Saved data entries

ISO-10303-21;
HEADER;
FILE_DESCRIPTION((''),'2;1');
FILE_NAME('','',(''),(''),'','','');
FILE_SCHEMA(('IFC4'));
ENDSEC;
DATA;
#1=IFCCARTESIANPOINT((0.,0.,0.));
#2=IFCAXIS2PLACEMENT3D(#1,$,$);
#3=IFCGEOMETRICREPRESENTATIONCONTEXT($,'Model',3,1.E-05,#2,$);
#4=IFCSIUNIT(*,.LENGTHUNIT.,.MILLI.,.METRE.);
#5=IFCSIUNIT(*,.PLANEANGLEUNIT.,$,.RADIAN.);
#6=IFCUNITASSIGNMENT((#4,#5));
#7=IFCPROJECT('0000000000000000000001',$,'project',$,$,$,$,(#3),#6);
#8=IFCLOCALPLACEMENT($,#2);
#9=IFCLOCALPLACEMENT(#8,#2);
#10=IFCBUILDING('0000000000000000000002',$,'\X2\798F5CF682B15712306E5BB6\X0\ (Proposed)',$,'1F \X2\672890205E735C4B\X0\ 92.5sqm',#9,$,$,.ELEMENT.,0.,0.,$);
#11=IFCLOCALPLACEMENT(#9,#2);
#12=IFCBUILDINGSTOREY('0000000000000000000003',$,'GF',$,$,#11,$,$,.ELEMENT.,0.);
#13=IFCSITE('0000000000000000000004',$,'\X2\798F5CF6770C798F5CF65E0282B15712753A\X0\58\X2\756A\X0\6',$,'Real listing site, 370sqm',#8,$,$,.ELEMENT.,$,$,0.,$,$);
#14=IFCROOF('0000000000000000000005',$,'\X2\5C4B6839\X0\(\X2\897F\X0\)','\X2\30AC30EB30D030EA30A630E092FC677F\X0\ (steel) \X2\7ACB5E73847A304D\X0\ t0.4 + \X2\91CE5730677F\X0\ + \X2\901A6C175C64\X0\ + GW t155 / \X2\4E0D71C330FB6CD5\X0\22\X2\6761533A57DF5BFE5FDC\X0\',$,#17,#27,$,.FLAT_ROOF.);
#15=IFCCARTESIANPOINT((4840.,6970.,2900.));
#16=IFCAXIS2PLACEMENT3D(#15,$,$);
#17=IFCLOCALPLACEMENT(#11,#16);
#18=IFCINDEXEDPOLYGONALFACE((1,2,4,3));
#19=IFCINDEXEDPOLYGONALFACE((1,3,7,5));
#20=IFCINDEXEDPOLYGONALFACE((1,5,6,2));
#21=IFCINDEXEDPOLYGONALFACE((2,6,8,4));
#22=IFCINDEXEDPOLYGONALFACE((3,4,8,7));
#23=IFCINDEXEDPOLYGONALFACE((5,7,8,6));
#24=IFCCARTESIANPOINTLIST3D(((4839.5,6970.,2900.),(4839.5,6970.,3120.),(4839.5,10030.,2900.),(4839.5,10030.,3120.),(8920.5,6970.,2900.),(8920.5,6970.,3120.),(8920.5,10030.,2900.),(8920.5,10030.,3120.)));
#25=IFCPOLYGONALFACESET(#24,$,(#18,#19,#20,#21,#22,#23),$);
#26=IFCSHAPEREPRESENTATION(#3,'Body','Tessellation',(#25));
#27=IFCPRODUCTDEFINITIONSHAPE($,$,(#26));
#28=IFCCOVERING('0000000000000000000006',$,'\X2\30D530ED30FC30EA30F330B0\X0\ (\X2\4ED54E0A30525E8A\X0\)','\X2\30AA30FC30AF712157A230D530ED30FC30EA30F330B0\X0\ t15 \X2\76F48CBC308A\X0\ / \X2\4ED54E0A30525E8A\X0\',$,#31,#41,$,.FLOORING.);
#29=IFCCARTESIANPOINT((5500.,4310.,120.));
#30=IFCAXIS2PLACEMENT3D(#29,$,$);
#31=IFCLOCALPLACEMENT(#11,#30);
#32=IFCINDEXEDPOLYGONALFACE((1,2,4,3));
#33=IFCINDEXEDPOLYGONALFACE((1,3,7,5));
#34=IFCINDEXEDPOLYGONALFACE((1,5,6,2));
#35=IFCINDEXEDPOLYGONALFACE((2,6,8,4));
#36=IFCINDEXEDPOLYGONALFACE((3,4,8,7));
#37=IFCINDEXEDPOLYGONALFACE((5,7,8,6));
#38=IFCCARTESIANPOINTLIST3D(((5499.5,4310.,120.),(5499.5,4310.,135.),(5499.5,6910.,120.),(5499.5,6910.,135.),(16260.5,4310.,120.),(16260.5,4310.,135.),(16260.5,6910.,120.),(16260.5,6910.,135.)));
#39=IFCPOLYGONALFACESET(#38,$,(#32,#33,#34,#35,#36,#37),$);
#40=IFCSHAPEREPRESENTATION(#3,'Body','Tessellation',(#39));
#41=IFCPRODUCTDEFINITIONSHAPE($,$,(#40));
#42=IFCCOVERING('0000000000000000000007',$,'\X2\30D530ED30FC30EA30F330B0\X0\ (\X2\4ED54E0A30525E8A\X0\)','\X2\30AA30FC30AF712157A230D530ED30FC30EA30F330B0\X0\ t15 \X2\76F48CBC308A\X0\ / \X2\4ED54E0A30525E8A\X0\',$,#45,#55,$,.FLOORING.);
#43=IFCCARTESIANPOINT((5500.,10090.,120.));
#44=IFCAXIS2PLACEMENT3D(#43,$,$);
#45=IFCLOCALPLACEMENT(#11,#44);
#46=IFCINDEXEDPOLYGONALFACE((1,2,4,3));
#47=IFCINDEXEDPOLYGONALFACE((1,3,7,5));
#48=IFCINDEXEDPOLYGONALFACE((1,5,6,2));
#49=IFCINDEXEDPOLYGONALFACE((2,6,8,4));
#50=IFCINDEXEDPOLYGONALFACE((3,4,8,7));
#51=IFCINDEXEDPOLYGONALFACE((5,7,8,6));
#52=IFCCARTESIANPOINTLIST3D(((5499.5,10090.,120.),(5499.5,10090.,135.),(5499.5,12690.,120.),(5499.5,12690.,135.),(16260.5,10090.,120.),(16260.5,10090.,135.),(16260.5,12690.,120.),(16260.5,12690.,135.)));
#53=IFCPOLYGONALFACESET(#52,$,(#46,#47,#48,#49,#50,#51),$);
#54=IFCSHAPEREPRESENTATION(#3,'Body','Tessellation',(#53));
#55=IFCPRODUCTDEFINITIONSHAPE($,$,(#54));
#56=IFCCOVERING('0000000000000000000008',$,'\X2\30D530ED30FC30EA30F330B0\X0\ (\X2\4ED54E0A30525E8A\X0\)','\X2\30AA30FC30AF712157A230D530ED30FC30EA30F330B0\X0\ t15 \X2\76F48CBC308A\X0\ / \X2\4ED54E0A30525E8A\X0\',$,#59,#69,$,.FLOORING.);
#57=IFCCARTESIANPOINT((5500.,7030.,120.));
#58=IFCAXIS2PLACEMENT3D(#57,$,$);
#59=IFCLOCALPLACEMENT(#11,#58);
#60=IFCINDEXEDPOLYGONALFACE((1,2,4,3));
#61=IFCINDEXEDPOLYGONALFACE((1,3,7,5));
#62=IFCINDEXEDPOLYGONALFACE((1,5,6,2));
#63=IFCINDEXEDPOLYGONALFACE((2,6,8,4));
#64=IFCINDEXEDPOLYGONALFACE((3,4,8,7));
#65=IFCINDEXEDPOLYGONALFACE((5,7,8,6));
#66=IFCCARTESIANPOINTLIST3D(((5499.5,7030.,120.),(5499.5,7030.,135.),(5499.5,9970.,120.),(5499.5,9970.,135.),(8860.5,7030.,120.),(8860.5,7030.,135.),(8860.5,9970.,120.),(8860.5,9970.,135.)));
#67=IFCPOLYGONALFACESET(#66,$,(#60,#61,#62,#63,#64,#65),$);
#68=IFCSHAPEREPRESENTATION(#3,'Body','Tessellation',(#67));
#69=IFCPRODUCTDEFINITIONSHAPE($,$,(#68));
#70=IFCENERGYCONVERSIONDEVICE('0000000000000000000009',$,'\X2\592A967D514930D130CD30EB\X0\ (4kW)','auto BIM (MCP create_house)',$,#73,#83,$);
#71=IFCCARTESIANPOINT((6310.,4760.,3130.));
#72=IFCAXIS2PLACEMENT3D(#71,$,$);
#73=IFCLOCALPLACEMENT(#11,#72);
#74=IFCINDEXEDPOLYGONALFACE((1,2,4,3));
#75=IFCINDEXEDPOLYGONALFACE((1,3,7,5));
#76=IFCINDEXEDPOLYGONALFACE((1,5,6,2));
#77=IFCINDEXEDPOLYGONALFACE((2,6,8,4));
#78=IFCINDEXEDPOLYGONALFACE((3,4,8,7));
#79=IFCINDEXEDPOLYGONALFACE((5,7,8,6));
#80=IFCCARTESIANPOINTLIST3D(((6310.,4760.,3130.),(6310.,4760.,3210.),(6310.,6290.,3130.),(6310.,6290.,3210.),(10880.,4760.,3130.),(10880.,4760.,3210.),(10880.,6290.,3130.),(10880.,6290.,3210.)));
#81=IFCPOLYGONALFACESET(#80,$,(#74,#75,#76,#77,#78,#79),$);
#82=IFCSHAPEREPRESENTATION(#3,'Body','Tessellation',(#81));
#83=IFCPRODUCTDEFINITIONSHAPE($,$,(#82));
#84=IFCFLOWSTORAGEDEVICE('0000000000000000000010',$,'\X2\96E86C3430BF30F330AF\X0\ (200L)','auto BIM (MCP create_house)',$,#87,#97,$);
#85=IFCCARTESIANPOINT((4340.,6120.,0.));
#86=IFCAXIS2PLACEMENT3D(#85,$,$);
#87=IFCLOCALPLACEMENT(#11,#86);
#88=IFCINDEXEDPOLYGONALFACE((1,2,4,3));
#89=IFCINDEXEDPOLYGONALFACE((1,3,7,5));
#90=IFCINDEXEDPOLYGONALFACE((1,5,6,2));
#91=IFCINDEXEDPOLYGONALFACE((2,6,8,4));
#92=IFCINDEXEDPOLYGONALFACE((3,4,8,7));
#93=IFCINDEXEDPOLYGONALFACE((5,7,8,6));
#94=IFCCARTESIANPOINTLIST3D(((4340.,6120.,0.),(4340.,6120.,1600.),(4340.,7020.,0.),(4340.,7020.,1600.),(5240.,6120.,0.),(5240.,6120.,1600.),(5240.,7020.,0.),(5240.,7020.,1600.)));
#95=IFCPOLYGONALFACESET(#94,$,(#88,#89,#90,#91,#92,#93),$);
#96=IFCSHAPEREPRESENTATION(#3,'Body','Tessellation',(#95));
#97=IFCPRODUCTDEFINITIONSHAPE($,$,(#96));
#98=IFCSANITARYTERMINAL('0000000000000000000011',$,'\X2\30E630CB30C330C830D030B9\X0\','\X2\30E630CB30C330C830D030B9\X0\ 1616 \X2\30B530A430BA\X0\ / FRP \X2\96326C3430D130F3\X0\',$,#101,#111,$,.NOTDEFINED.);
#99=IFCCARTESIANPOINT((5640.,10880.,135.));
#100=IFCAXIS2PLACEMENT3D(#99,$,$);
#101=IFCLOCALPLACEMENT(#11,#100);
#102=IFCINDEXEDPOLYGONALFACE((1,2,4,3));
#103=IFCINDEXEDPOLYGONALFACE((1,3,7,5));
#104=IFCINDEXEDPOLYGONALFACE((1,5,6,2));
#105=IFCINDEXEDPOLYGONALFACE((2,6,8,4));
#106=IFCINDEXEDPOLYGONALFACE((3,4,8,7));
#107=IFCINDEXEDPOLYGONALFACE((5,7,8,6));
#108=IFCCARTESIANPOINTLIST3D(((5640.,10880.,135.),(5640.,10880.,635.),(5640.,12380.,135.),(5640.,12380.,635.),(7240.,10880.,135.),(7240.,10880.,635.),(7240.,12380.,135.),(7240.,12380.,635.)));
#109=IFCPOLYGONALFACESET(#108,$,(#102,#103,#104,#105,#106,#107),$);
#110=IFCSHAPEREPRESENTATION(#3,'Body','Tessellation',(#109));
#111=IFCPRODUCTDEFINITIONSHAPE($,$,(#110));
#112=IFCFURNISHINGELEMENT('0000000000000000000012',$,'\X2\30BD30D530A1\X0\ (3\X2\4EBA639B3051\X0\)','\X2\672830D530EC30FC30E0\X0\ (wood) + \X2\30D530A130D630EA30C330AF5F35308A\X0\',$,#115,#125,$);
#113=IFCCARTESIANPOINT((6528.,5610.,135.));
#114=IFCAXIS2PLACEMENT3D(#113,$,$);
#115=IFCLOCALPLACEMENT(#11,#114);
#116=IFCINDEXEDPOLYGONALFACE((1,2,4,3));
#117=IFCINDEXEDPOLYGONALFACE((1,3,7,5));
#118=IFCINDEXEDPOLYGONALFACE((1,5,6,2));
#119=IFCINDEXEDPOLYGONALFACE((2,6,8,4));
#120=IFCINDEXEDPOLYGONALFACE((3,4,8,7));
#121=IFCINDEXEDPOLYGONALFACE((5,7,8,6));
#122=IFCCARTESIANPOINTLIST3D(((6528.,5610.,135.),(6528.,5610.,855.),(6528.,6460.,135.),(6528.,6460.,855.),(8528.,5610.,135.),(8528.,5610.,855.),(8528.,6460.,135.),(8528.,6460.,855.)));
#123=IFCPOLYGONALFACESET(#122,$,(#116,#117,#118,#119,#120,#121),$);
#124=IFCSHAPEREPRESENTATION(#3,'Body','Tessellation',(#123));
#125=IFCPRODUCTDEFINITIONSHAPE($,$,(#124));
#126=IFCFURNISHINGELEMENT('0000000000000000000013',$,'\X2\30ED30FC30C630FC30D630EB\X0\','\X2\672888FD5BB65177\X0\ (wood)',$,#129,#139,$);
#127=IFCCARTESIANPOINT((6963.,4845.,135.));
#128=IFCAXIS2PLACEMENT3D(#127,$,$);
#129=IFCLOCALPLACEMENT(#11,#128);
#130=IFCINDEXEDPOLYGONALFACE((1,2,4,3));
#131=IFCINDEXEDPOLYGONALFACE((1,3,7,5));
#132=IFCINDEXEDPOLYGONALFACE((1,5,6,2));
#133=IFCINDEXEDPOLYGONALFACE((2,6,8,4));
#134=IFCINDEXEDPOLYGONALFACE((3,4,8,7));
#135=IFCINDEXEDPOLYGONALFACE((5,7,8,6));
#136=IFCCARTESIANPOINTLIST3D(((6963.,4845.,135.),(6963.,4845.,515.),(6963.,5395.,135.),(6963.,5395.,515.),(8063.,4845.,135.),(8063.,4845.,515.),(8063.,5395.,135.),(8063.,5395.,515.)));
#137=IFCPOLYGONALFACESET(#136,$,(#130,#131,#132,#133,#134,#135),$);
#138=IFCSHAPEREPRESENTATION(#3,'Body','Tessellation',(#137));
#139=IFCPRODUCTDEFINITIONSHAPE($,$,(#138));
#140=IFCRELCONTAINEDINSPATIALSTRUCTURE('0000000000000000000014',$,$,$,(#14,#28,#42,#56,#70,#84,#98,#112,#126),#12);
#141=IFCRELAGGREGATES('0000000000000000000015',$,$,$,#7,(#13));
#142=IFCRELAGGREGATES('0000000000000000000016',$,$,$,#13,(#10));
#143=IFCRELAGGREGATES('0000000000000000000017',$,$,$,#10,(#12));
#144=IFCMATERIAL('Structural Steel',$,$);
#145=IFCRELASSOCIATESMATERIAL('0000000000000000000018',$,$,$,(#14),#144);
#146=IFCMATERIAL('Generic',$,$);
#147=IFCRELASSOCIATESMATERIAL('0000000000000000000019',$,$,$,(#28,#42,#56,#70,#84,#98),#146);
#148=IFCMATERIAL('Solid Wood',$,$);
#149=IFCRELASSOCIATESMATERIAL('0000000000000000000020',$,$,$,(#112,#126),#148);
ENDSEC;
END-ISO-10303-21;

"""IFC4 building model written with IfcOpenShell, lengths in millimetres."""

from ifc_helpers import new_model, si_unit, frame, frame_2d, origin, place, context, project, spatial, rectangle, extrude, material, element, save


model = new_model("IFC4")

# Units and contexts
model_context = context("Model", 3, precision=1e-05, world=origin())
ifc_project = project(units=[si_unit("LENGTHUNIT", "METRE", prefix="MILLI"), si_unit("PLANEANGLEUNIT", "RADIAN")], contexts=[model_context])

# Site, building, storey
site_placement = place(None, origin())
site = spatial("IfcSite", under=ifc_project, at=site_placement, Name="福島県福島市花園町58番6", ObjectType="Real listing site, 370sqm", CompositionType="ELEMENT", RefElevation=0.0)
building_placement = place(site_placement, origin())
building = spatial("IfcBuilding", under=site, at=building_placement, Name="福島花園の家 (Proposed)", ObjectType="1F 木造平屋 92.5sqm", CompositionType="ELEMENT", ElevationOfRefHeight=0.0, ElevationOfTerrain=0.0)
storey_placement = place(building_placement, origin())
storey = spatial("IfcBuildingStorey", under=building, at=storey_placement, Name="GF", CompositionType="ELEMENT", Elevation=0.0)

# Shared definitions
ifc_material_1 = material(Name="Solid Wood")

# Roof
ifc_material_2 = material(Name="Structural Steel")
roof_1_placement = place(storey_placement, frame((4840.0, 6970.0, 2900.0)))
element("IfcRoof", 1, at=roof_1_placement, inside=storey, material=ifc_material_2, Name="屋根(西)", Description="ガルバリウム鋼板 (steel) 立平葺き t0.4 + 野地板 + 通気層 + GW t155 / 不燃・法22条区域対応", PredefinedType="FLAT_ROOF", context=model_context, shape_type="SweptSolid", body=[
    extrude(rectangle(XDim=4081.0, YDim=3060.0, at=frame_2d((2040.0, 1530.0))), frame((4840.0, 6970.0, 2900.0)), (0.0, 0.0, 1.0), 220.0),
])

:: EXERCISE BRIEF ::
Your task is to retype the entries verbatim, starting with the line that holds "#142=IFCRELAGGREGATES('0000000000000000000016',$,$,$,#13,(#10));" and stopping after the line that holds "END-ISO-10303-21;".

:: ANSWER SECTION ::
#142=IFCRELAGGREGATES('0000000000000000000016',$,$,$,#13,(#10));
#143=IFCRELAGGREGATES('0000000000000000000017',$,$,$,#10,(#12));
#144=IFCMATERIAL('Structural Steel',$,$);
#145=IFCRELASSOCIATESMATERIAL('0000000000000000000018',$,$,$,(#14),#144);
#146=IFCMATERIAL('Generic',$,$);
#147=IFCRELASSOCIATESMATERIAL('0000000000000000000019',$,$,$,(#28,#42,#56,#70,#84,#98),#146);
#148=IFCMATERIAL('Solid Wood',$,$);
#149=IFCRELASSOCIATESMATERIAL('0000000000000000000020',$,$,$,(#112,#126),#148);
ENDSEC;
END-ISO-10303-21;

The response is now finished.